1.1. Quick tutorial
The use of the R add-on package rparallel is quite straightforward.
Once you have finished programming and testing your algorithm, to
run it in parallel, you only need to add a few lines as shows the following example:
Original Function:
yourFunctionName <- function( argument1, argument2=NULL )
{
# 1. Initializing Values
internalVar1 <- 0
reduceVar <- NULL
# 2. Start of loop
for(index in 1:nrow(argument1))
{
#Make some calculations
internalVar1 <- someCalculations( argument2 )
tempResult <- someOperations( argument1[ index ], internalVar1 )
reduceVar <- reduceOperation( tempResult, reduceVar )
}
# 3. Finalizing the function
return( reduceVar )
}
Parallelized Function:
yourFunctionName <- function( argument1, argument2=NULL )
{
# 1. Initializing Values
internalVar1 <- 0
reduceVar <- NULL
if( "rparallel" %in% names( getLoadedDLLs()) )
{
runParallel( resultVar="reduceVar", resultOp="reduceOperation" )
}
else
{
# 2. Start of loop
for(index in 1:nrow(argument1))
{
#Make some calculations
internalVar1 <- someCalculations( argument2 )
tempResult <- someOperations( argument1[ index ], internalVar1 )
reduceVar <- reduceOperation( tempResult, reduceVar )
}
}
# 3. Finalizing the function
return( reduceVar )
}
If you have loaded the library rparallel, every time you run your function,
it will run in parallel!
That's it!!
1.2. The introduced lines, explained.
The added lines materialize the following statement:
"if rparallel has been loaded and there is a loop enclosed, run it in parallel,
otherwise run it without changes"
To implement it, we obviously need an if / else control structure where we enclose
our loop. Therefore, the first line added, just before the loop starts, is an
if statement, with the following content:
if( "rparallel" %in% names( getLoadedDLLs()) )
The above lines checks whether the library has been loaded in R or not.
If so, it is understood that the parallel execution should go on.
It is important to remark that the use of rparallel is optional and must not
force its use to anyone.
Therefore, the original code is kept intact.
In the case the library is loaded, the next added line will be reached by R:
runParallel( resultVar="reduceVar", resultOp="reduceOperation" )
The function runParallel() is the whole Application Programming Interface (i.e.

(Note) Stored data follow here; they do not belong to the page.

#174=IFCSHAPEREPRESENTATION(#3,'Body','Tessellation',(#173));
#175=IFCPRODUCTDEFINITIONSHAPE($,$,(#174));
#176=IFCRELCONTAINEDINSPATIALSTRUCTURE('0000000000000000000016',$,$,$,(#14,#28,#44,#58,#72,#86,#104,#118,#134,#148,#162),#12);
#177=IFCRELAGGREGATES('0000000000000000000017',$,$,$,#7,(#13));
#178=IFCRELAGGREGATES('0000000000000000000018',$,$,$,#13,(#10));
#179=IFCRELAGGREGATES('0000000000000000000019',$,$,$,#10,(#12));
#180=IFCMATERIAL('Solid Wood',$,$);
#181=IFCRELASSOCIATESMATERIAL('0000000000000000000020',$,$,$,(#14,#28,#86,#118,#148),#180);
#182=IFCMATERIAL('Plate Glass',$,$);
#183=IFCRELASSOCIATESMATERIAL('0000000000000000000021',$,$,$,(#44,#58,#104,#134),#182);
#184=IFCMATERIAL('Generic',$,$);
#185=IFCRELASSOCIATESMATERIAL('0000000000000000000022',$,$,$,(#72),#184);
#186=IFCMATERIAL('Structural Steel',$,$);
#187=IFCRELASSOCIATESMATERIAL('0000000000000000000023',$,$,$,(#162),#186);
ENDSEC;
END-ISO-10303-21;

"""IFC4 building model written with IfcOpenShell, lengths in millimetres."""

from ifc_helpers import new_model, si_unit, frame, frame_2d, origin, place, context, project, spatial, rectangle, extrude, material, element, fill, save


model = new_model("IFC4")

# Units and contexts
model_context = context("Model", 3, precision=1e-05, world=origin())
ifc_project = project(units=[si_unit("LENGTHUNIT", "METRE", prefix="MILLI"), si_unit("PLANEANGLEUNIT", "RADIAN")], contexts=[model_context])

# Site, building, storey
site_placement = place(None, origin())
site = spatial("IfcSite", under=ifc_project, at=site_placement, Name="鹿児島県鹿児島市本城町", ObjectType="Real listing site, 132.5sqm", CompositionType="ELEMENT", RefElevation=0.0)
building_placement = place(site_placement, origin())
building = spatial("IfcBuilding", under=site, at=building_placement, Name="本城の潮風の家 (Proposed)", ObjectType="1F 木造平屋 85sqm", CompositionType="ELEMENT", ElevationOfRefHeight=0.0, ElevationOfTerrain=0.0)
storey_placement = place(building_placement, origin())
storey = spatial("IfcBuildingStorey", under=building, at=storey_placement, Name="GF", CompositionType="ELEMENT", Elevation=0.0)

API),
provided with R/parallel.
The only required arguments of this function
are resultVar and resultOp. The first variable indicates which
variables within the enclosed loop will store the calculation results after each iteration,
and the second how these variables have to be 'operated' or 'reduced'. As long as
each iteration is independent from the others, each iteration will generate an independent set of result variables.
All these variable sets have to be reduced to a single one with the values that it will be obtained
in the case the loop was run sequentially. Examples of reduce operations (i.e. values of resultOp) are:
max,'+' or rbind.
There are optional arguments that enable addititional features like the CPU usage control or number of workers.

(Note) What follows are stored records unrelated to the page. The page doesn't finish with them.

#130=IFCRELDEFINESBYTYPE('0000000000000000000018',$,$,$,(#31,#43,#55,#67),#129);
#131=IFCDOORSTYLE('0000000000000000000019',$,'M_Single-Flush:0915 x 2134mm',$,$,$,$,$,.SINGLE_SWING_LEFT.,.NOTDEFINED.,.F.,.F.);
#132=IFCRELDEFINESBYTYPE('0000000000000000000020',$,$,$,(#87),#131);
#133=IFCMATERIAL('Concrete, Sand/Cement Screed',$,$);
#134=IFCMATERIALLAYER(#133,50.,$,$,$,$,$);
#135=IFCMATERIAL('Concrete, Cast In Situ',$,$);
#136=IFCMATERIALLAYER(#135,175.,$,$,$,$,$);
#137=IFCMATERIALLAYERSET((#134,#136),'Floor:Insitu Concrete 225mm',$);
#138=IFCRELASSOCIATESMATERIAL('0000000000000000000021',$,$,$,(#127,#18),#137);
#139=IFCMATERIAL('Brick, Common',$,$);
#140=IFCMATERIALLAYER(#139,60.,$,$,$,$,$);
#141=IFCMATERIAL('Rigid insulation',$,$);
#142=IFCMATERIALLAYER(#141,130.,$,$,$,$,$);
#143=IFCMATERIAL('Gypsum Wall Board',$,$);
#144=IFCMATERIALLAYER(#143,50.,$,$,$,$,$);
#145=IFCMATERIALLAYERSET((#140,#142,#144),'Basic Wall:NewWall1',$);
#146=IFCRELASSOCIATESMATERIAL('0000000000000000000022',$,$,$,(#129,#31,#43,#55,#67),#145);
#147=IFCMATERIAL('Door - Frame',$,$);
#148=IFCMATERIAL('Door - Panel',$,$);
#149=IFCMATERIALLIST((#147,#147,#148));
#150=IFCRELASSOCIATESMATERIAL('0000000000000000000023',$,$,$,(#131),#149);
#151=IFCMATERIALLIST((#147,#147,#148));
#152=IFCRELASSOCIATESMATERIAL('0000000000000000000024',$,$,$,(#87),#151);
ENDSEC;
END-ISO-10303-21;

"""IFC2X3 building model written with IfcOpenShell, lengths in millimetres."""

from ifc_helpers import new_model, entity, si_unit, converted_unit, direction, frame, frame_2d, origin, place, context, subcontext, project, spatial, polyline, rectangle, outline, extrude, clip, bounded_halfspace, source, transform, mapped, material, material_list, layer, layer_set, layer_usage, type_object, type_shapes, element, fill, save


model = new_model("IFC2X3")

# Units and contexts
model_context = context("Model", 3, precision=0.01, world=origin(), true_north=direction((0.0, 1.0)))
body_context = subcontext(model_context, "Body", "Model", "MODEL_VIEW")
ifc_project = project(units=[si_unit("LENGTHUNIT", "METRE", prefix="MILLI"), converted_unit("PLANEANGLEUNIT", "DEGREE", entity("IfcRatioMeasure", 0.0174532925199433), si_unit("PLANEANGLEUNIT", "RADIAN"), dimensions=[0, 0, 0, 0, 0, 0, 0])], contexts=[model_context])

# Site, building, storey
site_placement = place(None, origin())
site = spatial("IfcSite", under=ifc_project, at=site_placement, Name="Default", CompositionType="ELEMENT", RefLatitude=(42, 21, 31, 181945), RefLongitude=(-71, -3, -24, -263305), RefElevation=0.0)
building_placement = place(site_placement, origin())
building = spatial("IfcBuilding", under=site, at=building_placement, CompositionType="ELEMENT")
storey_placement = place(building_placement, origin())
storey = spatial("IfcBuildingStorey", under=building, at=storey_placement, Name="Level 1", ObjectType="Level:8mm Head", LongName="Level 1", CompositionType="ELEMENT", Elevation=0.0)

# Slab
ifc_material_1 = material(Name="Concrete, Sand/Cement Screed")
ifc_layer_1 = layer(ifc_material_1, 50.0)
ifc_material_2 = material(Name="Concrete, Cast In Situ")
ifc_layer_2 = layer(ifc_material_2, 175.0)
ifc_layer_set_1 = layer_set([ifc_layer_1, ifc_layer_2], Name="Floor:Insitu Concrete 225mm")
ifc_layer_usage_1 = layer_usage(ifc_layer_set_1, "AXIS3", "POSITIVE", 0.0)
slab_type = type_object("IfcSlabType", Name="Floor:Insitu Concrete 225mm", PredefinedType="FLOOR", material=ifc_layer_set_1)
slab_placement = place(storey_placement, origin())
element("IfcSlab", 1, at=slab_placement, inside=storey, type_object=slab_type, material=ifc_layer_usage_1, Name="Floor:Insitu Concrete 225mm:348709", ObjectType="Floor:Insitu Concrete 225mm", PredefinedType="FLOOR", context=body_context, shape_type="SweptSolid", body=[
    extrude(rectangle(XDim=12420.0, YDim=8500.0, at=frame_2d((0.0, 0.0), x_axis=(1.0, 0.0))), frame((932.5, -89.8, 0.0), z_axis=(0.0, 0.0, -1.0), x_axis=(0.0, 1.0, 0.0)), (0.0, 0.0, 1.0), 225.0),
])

As long as the R/parallel projects are developed, more arguments will be added.
Details about these arguments are documented within the R help files, as well as with its (online) pdf version.
Once runParallel has been informed about the result variables, the next step is to look for the loop to parallelize.
else
{
# 2. Start of loop
for(index in 1:nrow(argument1))
{
#Make some calculations
internalVar1 <- someCalculations( argument2 )
tempResult <- someOperations( argument1[ index ], internalVar1 )
reduceVar <- reduceOperation( tempResult, reduceVar )
}
}
Due to the fact that the loop is enclosed in a if/else structure, it is easy for the function runParallel
to locate it. Internally, the R package rparallel takes care of splitting the iterations of the loop,
create and run as many working processes (i.e. workers) as needed or indicated, and collect all the partial results once
the workers have finished processing their jobs.
# 3. Finalizing the function
return( reduceVar )
}
Using the information provided with its arguments, runParallel obtains the value
of the final result variables (indicated with the string vector resultVar) and
updates its values in the corresponding R environment.
Therefore, the values obtained are the same, no matter if run in parallel or sequentially,
and any of the reduced variables, like in this example, can be returned by the outer function.